====== Raw data ======

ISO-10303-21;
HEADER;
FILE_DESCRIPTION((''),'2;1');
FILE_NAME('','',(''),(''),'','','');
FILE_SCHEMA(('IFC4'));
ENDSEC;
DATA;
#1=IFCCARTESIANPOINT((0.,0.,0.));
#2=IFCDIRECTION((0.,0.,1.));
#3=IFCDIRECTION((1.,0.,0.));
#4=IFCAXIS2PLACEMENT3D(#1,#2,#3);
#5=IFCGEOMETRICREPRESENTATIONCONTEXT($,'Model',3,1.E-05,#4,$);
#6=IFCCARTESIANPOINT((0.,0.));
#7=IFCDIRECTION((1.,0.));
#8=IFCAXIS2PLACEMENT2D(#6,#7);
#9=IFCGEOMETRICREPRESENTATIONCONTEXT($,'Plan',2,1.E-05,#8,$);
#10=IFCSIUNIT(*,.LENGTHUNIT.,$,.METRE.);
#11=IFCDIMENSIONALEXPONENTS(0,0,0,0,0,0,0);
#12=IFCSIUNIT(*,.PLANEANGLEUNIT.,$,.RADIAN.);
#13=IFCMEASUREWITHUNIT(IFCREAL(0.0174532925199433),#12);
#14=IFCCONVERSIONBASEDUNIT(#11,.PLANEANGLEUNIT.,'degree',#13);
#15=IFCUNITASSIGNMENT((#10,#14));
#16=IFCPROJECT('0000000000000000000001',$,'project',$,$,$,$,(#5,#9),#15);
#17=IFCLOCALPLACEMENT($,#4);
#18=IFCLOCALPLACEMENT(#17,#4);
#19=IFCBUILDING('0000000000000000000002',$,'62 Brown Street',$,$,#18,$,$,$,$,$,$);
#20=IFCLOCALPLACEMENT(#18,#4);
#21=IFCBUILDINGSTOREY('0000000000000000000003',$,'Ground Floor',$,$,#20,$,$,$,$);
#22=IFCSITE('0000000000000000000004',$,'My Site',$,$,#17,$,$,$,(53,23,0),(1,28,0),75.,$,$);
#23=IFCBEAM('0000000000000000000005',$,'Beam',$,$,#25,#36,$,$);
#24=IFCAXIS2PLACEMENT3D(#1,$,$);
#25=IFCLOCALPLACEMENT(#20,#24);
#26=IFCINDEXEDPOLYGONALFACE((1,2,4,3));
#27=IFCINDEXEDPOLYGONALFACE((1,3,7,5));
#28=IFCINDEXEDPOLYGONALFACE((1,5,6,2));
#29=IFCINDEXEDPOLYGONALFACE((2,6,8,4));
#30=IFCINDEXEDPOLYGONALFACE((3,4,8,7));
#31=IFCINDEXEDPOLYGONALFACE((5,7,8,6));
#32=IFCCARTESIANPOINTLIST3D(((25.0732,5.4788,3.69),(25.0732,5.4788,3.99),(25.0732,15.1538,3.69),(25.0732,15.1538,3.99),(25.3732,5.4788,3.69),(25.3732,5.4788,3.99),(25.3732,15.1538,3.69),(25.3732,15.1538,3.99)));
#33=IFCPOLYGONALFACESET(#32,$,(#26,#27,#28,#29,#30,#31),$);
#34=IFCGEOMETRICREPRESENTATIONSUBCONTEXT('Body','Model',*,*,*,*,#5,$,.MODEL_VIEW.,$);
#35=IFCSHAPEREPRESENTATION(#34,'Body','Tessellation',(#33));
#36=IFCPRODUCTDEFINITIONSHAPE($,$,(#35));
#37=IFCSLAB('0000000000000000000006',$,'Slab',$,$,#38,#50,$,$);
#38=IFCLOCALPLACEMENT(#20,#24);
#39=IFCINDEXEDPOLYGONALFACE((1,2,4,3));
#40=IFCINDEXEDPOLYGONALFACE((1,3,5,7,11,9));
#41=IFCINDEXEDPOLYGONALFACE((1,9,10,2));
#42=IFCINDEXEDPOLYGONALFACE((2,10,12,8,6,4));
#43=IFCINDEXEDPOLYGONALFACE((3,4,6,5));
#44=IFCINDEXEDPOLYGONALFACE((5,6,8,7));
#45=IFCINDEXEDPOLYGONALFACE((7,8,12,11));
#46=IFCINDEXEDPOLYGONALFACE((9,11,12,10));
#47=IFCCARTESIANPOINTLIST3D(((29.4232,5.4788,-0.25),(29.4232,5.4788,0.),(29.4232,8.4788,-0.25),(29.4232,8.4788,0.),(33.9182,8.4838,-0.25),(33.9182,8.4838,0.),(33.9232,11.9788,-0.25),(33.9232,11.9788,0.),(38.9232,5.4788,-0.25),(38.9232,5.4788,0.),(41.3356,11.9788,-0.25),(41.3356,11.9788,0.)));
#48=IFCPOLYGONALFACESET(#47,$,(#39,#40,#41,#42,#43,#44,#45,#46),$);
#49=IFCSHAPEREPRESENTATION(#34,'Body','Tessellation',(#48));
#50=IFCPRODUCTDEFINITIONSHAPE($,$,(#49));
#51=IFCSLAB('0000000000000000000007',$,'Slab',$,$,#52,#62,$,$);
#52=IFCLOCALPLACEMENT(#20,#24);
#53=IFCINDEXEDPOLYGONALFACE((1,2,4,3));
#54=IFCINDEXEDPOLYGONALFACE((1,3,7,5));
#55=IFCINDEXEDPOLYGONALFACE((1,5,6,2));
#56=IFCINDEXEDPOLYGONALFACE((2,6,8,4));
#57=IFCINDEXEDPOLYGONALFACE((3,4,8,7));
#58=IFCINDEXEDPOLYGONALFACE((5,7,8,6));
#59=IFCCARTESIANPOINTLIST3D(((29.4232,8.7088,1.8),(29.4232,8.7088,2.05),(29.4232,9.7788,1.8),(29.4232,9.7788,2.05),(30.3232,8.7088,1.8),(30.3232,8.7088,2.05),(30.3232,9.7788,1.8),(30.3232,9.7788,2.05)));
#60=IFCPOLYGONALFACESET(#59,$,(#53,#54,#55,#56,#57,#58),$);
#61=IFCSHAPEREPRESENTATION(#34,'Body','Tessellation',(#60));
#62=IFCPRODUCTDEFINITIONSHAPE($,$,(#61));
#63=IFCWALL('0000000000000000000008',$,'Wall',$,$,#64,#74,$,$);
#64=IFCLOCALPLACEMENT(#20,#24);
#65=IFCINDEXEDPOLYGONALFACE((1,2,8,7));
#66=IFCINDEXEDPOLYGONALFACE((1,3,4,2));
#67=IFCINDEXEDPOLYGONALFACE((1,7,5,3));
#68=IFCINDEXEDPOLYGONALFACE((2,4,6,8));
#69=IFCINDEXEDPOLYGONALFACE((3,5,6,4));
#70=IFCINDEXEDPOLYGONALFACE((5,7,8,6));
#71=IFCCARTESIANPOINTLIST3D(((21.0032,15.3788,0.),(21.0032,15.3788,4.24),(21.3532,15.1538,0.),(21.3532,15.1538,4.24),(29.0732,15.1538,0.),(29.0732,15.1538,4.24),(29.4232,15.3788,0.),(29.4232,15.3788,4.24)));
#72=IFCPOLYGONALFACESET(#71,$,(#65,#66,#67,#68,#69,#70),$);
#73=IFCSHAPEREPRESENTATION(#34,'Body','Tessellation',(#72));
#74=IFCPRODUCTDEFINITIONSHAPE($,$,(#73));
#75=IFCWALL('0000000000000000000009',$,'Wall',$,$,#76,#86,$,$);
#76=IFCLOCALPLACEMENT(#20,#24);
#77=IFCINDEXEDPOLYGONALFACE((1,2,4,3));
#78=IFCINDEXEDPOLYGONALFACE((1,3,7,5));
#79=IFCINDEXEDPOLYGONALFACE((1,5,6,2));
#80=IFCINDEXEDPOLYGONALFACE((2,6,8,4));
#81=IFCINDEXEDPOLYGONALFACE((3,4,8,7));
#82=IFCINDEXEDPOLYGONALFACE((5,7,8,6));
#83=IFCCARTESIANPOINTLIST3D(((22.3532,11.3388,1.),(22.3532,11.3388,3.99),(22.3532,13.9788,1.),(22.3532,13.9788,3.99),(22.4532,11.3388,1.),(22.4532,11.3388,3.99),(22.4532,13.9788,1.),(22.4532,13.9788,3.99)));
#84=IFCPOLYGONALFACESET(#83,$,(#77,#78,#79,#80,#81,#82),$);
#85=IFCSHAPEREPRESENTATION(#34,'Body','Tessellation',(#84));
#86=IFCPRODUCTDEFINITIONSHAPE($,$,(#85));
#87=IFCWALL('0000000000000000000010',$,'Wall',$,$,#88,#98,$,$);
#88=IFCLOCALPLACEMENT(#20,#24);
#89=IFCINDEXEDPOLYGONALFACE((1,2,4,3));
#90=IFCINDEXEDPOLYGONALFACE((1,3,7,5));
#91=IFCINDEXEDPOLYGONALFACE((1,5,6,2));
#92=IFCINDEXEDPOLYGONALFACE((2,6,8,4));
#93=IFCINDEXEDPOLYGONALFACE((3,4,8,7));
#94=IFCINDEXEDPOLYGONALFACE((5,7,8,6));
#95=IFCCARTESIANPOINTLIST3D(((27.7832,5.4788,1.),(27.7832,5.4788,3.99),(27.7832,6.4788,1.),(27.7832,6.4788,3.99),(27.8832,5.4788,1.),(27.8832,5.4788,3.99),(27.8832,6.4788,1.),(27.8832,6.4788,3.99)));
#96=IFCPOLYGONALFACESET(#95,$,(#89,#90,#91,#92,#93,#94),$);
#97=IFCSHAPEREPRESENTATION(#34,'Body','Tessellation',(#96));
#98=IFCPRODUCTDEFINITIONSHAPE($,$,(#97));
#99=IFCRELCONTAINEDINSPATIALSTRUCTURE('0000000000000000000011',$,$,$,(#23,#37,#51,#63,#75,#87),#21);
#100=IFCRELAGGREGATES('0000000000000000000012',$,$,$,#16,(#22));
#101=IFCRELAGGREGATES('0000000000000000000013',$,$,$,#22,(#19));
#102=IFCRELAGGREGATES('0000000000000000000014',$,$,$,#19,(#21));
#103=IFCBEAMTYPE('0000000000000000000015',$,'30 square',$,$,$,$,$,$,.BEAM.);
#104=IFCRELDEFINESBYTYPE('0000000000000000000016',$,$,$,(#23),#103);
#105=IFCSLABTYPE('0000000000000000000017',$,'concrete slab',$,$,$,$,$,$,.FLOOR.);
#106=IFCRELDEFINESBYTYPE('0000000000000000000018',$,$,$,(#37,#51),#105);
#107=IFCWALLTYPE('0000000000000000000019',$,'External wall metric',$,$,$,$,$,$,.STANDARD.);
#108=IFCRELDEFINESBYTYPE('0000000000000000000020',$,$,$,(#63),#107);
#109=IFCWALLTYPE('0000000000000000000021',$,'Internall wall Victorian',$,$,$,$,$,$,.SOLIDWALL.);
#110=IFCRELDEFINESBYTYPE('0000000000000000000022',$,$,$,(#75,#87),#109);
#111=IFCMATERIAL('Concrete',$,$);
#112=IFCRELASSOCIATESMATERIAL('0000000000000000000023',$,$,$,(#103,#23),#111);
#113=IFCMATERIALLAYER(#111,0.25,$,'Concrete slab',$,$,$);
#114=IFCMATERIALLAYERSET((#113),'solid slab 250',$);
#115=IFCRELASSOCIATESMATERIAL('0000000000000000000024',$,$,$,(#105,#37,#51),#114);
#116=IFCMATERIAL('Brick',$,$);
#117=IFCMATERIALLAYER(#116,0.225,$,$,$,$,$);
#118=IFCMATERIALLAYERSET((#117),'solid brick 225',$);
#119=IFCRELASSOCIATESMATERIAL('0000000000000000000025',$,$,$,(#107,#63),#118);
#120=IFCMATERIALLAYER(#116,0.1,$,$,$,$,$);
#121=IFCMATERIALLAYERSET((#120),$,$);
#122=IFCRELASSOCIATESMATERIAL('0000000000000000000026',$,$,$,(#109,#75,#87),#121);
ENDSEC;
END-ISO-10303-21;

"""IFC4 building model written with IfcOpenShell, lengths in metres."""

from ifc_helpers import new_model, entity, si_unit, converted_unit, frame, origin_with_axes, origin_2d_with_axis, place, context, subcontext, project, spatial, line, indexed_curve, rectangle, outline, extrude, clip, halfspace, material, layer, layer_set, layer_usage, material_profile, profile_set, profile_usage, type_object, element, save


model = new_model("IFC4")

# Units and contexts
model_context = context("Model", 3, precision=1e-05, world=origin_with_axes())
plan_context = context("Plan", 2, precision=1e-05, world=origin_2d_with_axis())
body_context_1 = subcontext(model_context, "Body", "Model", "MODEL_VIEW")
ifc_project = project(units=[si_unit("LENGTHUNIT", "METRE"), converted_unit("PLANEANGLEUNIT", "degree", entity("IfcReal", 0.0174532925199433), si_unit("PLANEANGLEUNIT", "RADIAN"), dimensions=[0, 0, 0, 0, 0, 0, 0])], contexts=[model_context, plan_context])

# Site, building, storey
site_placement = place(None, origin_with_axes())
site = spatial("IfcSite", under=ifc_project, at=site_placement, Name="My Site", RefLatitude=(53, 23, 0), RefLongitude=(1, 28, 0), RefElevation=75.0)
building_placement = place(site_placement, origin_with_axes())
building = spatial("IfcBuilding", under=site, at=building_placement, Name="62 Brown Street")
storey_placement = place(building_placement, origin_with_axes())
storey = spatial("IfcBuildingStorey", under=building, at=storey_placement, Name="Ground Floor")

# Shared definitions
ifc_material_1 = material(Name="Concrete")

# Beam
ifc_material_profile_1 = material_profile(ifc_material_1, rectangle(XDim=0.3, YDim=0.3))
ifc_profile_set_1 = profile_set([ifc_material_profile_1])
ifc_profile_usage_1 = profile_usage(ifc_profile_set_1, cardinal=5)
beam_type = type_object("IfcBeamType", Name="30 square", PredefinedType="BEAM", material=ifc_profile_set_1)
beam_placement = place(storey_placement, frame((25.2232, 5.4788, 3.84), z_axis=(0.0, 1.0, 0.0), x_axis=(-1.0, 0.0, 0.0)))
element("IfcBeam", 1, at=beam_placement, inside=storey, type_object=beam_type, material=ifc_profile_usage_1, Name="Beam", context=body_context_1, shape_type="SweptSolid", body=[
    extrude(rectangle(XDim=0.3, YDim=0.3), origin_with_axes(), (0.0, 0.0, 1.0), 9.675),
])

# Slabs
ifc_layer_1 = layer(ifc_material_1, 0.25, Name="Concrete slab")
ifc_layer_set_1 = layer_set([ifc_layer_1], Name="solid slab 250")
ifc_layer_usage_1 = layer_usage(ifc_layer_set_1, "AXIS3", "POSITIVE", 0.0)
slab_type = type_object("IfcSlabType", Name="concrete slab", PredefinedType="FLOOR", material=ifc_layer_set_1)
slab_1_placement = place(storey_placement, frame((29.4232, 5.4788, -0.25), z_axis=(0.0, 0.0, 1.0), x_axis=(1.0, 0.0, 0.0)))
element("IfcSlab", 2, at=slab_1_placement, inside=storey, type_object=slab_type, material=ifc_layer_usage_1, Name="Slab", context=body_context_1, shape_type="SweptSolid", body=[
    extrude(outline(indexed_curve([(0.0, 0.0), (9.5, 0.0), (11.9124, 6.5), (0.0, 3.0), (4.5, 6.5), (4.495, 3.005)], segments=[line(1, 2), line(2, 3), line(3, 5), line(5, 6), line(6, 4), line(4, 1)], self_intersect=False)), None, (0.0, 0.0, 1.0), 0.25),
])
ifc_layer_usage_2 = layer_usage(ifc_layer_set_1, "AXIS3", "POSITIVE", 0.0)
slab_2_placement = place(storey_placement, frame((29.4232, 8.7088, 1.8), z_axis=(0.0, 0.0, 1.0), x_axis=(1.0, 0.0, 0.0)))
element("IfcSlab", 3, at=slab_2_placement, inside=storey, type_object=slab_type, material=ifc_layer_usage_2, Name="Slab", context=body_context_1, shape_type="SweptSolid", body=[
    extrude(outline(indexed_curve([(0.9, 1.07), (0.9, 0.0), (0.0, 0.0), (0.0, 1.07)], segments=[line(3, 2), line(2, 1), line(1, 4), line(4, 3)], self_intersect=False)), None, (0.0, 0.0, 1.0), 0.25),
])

======

Word for word, output the lines of the data from its first line through the line where "#11=IFCDIMENSIONALEXPONENTS(0,0,0,0,0,0,0);" appears, and stop there.

ISO-10303-21;
HEADER;
FILE_DESCRIPTION((''),'2;1');
FILE_NAME('','',(''),(''),'','','');
FILE_SCHEMA(('IFC4'));
ENDSEC;
DATA;
#1=IFCCARTESIANPOINT((0.,0.,0.));
#2=IFCDIRECTION((0.,0.,1.));
#3=IFCDIRECTION((1.,0.,0.));
#4=IFCAXIS2PLACEMENT3D(#1,#2,#3);
#5=IFCGEOMETRICREPRESENTATIONCONTEXT($,'Model',3,1.E-05,#4,$);
#6=IFCCARTESIANPOINT((0.,0.));
#7=IFCDIRECTION((1.,0.));
#8=IFCAXIS2PLACEMENT2D(#6,#7);
#9=IFCGEOMETRICREPRESENTATIONCONTEXT($,'Plan',2,1.E-05,#8,$);
#10=IFCSIUNIT(*,.LENGTHUNIT.,$,.METRE.);
#11=IFCDIMENSIONALEXPONENTS(0,0,0,0,0,0,0);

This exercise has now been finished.